Ce qui marque de ce film est l’amour qui y dégage, un amour pour le sud des États-Unis, ce Bathtub nous rappelant la Nouvelle-Orléans, et cette grande tempête, l’ouragan Katrina. Il est clair que les cinéastes sont en amour avec ce coin de pays. Une autre chose qui frappe est cet amour pour les habitants du Bathtub de leur petit coin de pays, un amour qui n’inclut pas les choses matérielles, mais strictement un amour du lieu et des gens qui en font un lieu unique. C’est une image tellement contradictoire que celle dont le cinéma américain contemporain nous a habitué, soit une vision capitaliste des américains, et c’est extrêmement rafraîchissant! Cette joie de vivre enivrante des habitants du Bathtub pour leur coin, malgré la pauvreté qui les entoure, m’a donné le goût de me rendre dans ce coin de pays!
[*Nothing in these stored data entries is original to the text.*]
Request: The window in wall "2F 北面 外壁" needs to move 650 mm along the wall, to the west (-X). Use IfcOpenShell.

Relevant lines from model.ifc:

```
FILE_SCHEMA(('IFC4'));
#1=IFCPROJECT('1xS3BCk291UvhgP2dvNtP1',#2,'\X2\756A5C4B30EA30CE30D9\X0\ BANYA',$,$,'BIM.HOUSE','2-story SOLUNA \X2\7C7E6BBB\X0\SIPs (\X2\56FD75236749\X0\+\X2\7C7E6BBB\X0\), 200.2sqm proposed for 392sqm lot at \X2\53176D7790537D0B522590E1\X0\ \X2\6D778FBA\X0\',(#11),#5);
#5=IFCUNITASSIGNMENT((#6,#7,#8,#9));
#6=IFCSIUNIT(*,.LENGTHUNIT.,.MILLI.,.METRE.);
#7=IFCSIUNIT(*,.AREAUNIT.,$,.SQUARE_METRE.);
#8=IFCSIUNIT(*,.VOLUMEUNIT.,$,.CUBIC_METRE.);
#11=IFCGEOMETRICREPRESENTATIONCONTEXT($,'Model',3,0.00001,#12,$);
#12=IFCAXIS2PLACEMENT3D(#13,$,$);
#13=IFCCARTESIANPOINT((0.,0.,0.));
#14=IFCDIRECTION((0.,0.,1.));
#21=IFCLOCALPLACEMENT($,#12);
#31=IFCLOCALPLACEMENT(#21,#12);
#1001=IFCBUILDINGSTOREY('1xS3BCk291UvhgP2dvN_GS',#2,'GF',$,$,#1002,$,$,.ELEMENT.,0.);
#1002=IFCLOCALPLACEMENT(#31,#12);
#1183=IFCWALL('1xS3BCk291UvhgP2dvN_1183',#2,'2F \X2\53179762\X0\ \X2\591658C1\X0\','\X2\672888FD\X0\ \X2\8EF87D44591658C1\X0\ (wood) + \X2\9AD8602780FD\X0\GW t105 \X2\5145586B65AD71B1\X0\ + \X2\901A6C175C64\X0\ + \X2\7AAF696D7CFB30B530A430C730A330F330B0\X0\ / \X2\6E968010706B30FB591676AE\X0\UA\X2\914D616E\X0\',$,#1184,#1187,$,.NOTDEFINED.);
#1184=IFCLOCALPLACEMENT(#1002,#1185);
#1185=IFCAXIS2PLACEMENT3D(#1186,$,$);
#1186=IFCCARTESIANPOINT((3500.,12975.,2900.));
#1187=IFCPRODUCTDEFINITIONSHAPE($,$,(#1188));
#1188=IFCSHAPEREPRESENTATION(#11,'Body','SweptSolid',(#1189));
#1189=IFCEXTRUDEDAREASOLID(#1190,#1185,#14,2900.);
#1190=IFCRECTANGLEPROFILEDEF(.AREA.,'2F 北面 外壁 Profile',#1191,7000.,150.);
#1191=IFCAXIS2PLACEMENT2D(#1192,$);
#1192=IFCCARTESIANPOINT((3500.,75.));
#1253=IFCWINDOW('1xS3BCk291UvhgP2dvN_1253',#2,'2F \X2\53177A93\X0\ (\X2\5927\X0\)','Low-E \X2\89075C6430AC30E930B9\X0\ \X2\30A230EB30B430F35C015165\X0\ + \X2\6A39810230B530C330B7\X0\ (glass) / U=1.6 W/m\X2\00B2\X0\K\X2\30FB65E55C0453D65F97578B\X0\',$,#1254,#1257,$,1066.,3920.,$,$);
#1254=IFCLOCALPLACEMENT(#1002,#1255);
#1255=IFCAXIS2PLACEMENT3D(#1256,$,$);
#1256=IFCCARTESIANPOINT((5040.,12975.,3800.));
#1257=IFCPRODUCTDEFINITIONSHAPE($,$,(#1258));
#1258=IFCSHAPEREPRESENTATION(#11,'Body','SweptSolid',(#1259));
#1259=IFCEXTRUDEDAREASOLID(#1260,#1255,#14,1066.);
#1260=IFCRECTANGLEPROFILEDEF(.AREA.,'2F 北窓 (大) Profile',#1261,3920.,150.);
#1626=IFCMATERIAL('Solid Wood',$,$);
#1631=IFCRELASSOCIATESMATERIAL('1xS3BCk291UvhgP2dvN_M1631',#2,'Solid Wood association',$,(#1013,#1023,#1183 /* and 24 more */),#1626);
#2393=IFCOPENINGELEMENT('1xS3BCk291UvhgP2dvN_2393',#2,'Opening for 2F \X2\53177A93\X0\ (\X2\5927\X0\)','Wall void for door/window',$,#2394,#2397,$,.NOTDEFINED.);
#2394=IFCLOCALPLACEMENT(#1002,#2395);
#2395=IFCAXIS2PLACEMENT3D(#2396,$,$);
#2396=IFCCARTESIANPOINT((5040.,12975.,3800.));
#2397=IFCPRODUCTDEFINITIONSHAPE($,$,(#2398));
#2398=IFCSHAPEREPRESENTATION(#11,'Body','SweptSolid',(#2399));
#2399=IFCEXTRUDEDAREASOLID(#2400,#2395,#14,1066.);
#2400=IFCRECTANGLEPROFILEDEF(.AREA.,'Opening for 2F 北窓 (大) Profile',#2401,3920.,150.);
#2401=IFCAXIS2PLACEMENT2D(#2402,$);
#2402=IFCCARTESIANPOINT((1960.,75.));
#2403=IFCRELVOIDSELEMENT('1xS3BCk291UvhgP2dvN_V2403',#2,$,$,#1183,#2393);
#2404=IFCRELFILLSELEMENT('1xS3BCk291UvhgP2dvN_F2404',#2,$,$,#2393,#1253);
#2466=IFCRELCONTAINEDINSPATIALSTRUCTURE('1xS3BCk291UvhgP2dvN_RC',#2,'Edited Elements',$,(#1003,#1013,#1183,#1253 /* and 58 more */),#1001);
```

```python
import ifcopenshell
import ifcopenshell.api.geometry
import ifcopenshell.util.placement

model = ifcopenshell.open("model.ifc")

window = model.by_guid("1xS3BCk291UvhgP2dvN_1253")
opening = window.FillsVoids[0].RelatingOpeningElement
wall = opening.VoidsElements[0].RelatingBuildingElement

wall_matrix = ifcopenshell.util.placement.get_local_placement(wall.ObjectPlacement)
shift = wall_matrix[:3, 0] * -650.0
before = ifcopenshell.util.placement.get_local_placement(window.ObjectPlacement)[:3, 3].copy()

# The window is not placed relative to its opening, so move both.
for product in (opening, window):
    matrix = ifcopenshell.util.placement.get_local_placement(product.ObjectPlacement)
    matrix[:3, 3] += shift
    ifcopenshell.api.geometry.edit_object_placement(model, product=product, matrix=matrix, is_si=False)

after = ifcopenshell.util.placement.get_local_placement(window.ObjectPlacement)[:3, 3]
print("window moved by", (after - before).round(3) + 0.0)

model.write("model_edited.ifc")
```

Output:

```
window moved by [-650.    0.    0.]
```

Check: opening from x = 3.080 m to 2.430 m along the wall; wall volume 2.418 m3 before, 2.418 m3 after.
Hélas, le Bathtub est fictif, je devrai donc me contenter de mon imagination, ou de bayous louisianais ou néo-orléanais…

PETIT DÉTAIL INTÉRESSANT : Nous sommes peut-être au mois d’août, mais la course aux Oscars est bel et bien entamée. Tel que décrit dans mon article Oscars 2013: “prédictions” beaucoup trop hâtives!, ce film a un buzz depuis plusieurs mois qui pourrait le propulser vers des nominations dans les catégories Meilleur Film et Actrice, entre autres. Maintenant que je l’ai vu, j’y crois! Et j’ajouterais aussi un désir de nomination dans la catégorie Meilleure Trame Sonore car celle de ce film était la meilleure que j’ai entendu dans un film cette année! J’ai le plaisir de l’entendre encore dans ma tête!

LE MOT DE LA FIN : Cette énergie, ce désir de vivre, les fruits de mer, la musique, l’eau, et une façon bien unique de raconter cette histoire font de  “Beasts of the Southern Wild” un film à ne pas manquer! Verdict? ÇA VAUT LE PLEIN PRIX!

DERNIERS DÉTAILS : “Beasts of the Southern Wild” (2012) réalisé par Behn Zeitlin, scénarisé par Zeitlin et Lucy Alibar, base sur la pièce de théâtre Juicy and Delicious de Alibar, mettant en vedette Quvenzhané Wallis et Dwight Henry.